---- Supplied material

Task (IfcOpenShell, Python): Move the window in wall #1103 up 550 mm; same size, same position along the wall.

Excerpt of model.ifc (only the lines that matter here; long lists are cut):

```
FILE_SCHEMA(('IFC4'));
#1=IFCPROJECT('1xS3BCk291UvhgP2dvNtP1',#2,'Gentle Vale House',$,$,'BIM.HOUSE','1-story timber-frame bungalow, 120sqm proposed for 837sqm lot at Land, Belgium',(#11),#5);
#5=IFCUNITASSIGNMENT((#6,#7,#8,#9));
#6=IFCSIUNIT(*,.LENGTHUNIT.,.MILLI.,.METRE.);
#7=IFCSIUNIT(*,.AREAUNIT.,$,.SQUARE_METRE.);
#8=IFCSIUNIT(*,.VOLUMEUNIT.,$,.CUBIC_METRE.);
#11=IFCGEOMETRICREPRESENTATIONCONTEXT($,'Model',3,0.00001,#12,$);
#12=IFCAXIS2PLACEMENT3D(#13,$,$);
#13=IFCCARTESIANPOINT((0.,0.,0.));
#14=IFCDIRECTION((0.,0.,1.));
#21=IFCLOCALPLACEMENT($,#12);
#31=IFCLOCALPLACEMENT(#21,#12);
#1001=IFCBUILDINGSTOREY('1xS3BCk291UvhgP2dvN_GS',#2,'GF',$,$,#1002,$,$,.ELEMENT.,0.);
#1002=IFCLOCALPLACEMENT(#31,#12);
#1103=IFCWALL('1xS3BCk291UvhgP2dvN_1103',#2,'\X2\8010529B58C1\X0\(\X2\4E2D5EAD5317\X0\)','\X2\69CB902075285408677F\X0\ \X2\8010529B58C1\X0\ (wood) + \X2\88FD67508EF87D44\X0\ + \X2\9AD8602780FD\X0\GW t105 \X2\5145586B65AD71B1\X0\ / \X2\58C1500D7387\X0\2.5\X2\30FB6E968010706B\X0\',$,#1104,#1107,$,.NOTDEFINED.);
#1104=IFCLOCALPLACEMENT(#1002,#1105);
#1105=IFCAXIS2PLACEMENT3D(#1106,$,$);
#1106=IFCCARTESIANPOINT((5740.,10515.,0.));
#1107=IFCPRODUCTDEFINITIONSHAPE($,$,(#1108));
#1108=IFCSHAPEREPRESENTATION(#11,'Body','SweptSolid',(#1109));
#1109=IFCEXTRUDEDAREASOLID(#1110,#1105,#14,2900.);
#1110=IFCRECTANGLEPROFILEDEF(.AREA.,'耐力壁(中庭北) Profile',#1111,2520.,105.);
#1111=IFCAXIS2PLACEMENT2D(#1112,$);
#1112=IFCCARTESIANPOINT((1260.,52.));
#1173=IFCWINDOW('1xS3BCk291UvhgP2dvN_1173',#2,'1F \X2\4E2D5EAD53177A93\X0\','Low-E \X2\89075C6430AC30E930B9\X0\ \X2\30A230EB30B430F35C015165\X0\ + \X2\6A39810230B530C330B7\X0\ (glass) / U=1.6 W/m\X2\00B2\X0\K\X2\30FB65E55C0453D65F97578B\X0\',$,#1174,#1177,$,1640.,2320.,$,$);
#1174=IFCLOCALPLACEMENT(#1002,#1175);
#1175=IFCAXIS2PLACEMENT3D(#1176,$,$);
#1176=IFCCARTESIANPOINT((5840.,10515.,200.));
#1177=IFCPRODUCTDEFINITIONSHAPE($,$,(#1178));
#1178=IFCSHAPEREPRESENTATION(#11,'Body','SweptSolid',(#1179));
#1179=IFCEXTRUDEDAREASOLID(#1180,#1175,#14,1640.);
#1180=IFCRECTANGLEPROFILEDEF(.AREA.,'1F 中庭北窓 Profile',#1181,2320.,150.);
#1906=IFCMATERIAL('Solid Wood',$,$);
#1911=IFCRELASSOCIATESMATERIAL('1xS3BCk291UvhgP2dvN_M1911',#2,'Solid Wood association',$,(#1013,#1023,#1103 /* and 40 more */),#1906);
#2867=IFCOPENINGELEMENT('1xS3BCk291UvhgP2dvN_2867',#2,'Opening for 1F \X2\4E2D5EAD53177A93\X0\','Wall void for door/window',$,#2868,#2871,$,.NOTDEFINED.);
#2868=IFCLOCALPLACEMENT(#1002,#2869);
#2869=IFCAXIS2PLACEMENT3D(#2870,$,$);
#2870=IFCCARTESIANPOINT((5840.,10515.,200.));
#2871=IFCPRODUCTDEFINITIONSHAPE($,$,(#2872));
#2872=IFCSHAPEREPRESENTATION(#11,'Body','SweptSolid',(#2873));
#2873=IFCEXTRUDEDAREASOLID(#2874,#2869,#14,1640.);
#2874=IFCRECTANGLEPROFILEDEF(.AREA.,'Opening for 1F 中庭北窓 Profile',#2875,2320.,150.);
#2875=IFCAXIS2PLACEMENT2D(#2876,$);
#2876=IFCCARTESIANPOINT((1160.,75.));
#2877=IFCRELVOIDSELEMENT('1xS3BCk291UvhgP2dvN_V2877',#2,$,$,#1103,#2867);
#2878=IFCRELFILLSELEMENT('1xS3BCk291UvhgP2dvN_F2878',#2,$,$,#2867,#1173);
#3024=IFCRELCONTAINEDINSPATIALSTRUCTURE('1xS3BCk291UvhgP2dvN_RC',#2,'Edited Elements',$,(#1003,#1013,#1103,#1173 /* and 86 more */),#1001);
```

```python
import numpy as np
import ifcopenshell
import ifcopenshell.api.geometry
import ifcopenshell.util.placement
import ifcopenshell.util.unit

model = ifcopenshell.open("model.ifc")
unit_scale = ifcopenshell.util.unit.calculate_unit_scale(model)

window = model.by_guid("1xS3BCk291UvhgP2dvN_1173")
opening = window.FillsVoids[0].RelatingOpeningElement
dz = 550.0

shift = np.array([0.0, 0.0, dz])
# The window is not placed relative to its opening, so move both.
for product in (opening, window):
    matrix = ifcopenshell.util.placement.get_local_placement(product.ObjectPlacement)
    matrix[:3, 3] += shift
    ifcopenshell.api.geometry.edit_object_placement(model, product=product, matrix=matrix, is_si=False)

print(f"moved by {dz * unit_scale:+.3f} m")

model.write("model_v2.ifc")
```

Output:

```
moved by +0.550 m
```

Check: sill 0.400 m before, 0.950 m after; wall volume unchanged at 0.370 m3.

--------
---- Supplied material

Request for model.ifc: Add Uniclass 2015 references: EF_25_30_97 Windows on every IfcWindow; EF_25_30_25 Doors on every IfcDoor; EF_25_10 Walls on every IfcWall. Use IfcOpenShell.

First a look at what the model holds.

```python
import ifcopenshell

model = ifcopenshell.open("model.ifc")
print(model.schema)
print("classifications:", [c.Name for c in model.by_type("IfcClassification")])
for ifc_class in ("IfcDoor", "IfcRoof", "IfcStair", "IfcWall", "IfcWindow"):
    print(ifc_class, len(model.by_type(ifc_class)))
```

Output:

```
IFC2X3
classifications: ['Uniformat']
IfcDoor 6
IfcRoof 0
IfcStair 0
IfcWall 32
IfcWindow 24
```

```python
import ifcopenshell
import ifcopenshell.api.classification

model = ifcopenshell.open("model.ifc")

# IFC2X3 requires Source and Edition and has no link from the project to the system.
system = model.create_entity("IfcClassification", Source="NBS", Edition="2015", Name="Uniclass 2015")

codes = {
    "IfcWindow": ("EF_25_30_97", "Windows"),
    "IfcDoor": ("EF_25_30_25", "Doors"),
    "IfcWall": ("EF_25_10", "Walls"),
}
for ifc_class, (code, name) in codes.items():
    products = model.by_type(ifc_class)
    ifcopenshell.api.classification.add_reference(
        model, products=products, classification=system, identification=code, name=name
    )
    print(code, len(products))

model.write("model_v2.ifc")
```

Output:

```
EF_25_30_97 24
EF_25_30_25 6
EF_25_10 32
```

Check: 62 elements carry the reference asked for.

--------

» Assigned task
Every line in the records above that has "IFCCARTESIANPOINT" counts once. Give the total and nothing else.

» Solution for this exercise
6